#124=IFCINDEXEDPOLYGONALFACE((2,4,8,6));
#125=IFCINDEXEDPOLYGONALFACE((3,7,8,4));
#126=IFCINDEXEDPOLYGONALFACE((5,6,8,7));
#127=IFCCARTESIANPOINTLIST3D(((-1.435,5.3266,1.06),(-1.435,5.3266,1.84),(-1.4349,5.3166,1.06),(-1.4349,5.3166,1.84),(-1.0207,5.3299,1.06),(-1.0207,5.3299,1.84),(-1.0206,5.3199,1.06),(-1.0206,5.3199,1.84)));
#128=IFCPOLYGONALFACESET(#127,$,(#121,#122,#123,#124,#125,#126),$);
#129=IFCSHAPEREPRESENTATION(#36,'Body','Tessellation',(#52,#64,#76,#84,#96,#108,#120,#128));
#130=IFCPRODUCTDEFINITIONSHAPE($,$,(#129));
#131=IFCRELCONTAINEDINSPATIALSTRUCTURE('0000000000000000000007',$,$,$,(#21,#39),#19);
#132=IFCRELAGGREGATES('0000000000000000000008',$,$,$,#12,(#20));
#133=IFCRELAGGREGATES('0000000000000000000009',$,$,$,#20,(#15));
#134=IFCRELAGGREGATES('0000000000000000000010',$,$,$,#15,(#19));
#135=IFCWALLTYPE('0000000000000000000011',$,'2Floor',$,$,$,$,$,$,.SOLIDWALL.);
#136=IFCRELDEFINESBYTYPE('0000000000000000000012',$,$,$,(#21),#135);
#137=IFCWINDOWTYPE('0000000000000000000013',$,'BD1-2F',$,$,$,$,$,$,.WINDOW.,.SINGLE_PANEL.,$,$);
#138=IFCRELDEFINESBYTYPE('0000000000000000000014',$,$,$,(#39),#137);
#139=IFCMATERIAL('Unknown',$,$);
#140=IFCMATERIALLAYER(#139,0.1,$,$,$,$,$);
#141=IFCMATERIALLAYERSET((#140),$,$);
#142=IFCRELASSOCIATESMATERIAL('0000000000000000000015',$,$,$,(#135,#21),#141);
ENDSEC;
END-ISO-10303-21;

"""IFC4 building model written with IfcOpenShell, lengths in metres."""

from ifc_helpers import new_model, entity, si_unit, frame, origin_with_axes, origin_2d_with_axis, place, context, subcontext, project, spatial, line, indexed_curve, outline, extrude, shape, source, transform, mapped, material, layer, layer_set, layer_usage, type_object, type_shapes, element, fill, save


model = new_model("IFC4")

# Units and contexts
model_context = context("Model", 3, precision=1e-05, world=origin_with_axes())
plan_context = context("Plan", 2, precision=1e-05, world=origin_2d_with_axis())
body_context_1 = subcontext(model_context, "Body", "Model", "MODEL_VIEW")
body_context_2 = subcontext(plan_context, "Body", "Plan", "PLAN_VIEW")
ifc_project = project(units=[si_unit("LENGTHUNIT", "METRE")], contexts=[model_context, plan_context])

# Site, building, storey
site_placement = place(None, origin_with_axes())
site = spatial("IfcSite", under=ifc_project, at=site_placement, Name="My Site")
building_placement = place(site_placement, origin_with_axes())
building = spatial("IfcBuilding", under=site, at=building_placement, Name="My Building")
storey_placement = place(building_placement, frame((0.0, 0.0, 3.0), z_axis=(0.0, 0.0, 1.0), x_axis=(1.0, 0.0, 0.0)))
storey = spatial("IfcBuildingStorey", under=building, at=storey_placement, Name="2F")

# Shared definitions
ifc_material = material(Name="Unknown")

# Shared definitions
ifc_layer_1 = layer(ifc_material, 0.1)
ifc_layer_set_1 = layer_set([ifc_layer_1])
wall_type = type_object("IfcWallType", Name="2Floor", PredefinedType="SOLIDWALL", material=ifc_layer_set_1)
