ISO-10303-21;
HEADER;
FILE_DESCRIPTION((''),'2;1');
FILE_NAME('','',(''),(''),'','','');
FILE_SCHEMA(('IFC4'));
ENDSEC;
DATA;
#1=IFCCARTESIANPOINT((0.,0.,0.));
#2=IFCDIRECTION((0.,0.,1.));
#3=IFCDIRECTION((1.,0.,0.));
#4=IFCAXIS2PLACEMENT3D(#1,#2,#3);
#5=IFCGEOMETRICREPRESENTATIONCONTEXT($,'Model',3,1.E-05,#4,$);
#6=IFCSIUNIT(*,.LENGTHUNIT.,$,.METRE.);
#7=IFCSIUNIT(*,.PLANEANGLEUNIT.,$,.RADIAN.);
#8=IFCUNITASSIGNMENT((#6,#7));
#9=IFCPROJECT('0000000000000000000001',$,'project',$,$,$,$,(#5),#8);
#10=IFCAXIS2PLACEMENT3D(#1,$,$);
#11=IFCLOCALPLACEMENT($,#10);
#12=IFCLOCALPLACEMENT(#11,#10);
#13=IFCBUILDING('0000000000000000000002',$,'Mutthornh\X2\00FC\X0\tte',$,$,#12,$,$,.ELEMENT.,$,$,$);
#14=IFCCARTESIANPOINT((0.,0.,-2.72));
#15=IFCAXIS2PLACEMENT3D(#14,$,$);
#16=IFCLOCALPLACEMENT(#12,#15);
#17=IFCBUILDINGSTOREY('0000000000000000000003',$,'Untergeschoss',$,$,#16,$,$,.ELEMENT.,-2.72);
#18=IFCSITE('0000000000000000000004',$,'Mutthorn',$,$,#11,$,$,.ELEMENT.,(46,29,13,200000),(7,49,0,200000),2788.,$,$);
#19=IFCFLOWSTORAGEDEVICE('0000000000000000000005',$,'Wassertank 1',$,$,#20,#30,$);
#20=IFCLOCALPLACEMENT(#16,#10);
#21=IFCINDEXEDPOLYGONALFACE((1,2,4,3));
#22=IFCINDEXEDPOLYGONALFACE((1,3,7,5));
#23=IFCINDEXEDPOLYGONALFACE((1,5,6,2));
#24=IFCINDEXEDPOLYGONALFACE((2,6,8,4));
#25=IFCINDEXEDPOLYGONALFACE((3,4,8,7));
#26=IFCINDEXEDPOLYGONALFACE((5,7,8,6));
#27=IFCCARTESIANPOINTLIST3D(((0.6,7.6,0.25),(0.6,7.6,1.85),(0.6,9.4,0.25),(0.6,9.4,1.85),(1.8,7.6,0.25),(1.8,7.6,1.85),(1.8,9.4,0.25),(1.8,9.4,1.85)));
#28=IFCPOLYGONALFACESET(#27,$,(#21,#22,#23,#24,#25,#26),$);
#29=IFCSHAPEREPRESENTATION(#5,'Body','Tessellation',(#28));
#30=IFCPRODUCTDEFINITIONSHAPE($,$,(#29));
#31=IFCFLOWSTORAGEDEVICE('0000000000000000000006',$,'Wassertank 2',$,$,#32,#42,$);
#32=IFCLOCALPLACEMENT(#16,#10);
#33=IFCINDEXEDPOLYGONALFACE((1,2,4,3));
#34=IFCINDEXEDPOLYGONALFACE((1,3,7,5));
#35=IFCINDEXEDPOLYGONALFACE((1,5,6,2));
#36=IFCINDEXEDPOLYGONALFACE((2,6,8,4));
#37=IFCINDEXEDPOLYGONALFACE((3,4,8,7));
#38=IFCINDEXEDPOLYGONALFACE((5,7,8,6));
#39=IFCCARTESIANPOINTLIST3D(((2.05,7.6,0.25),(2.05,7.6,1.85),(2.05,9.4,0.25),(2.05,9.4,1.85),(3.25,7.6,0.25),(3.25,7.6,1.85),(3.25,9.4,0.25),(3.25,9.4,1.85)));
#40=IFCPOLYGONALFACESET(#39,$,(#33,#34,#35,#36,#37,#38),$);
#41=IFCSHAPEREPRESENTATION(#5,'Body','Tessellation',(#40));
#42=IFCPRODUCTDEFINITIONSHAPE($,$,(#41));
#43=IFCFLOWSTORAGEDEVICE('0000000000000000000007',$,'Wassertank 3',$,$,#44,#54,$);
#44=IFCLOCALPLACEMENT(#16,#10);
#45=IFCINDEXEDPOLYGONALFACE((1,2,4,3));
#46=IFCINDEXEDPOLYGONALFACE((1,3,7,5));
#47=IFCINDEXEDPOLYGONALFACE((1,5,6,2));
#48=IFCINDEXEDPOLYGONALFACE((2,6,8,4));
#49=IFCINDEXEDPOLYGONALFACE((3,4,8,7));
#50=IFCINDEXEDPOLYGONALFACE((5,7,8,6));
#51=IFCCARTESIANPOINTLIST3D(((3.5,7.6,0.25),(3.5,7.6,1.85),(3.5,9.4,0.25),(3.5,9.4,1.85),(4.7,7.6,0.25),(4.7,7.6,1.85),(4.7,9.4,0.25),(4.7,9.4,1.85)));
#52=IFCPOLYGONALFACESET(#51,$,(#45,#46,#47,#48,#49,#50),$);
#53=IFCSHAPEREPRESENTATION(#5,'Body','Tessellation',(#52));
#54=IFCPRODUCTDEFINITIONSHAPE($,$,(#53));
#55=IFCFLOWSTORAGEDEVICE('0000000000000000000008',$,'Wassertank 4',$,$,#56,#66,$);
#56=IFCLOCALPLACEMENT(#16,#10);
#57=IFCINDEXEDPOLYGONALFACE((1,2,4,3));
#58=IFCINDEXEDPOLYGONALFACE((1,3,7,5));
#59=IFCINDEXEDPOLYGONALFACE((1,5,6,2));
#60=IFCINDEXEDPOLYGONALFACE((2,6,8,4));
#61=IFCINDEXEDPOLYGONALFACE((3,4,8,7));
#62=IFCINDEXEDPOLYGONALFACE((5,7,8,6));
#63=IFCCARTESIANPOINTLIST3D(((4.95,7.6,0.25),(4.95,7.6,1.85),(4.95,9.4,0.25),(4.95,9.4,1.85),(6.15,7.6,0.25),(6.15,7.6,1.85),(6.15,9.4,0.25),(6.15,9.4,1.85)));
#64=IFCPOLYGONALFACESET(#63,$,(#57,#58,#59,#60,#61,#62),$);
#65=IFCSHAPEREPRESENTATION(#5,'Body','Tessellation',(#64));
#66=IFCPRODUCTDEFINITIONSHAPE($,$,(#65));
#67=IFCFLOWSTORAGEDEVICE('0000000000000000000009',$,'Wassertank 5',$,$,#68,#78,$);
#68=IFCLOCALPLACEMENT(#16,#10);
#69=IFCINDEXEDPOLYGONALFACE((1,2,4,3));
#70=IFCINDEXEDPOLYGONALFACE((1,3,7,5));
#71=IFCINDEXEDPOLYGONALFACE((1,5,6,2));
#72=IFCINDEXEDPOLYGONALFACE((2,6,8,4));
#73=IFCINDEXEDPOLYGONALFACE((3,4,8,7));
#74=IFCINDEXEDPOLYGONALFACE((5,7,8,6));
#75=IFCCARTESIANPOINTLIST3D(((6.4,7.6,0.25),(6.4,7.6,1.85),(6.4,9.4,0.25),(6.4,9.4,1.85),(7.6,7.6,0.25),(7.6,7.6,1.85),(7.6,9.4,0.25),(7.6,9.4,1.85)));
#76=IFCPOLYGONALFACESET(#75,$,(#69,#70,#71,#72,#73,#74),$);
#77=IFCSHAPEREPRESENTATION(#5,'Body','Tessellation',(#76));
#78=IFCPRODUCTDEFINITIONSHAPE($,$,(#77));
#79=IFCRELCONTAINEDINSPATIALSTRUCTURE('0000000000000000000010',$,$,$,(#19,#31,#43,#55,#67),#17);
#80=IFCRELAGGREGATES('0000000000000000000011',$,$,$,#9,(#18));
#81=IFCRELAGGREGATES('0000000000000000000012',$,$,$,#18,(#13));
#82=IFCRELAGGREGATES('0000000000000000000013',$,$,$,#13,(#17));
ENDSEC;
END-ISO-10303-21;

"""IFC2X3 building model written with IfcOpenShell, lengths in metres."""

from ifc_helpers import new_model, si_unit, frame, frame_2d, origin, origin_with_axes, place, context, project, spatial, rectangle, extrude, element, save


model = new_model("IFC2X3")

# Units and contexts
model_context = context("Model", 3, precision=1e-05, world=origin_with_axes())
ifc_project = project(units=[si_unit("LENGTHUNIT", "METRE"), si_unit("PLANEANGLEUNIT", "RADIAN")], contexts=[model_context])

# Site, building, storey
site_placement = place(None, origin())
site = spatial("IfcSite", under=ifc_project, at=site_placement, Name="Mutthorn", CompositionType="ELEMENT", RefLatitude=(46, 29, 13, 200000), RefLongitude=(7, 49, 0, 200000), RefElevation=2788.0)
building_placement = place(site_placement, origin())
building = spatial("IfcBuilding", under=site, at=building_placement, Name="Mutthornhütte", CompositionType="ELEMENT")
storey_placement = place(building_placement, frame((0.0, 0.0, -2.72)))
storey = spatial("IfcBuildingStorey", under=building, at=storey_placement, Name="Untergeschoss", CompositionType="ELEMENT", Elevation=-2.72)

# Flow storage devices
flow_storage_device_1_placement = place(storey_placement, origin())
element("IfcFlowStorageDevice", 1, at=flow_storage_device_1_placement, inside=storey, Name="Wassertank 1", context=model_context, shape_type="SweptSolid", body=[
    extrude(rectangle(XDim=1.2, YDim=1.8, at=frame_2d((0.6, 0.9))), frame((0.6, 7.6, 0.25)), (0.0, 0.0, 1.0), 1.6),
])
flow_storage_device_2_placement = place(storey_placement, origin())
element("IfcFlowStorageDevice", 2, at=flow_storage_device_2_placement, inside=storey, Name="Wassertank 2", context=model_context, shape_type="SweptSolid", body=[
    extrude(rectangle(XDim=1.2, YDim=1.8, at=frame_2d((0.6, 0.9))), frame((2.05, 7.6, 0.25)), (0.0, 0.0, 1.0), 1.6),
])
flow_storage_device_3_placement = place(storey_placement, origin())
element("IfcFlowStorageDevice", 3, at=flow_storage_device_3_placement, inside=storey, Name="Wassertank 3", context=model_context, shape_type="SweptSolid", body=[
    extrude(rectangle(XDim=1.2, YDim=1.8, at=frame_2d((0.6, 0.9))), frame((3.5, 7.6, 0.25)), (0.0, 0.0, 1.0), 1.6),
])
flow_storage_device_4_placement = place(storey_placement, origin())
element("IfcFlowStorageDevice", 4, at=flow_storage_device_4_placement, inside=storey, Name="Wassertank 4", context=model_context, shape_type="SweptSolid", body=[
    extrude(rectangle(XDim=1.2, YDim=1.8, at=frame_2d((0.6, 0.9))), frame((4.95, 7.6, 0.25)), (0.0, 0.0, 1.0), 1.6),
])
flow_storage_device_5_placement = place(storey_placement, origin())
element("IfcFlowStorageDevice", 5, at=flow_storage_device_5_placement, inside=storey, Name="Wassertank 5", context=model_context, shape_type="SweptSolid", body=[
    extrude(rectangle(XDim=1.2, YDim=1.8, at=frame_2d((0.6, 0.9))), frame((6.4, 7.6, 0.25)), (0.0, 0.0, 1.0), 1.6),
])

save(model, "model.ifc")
--
What the task asks: All lines that contain the word "IFCRELDEFINESBYTYPE" must be copied from the records above.

Solution for this exercise:
#136=IFCRELDEFINESBYTYPE('0000000000000000000012',$,$,$,(#21),#135);
#138=IFCRELDEFINESBYTYPE('0000000000000000000014',$,$,$,(#39),#137);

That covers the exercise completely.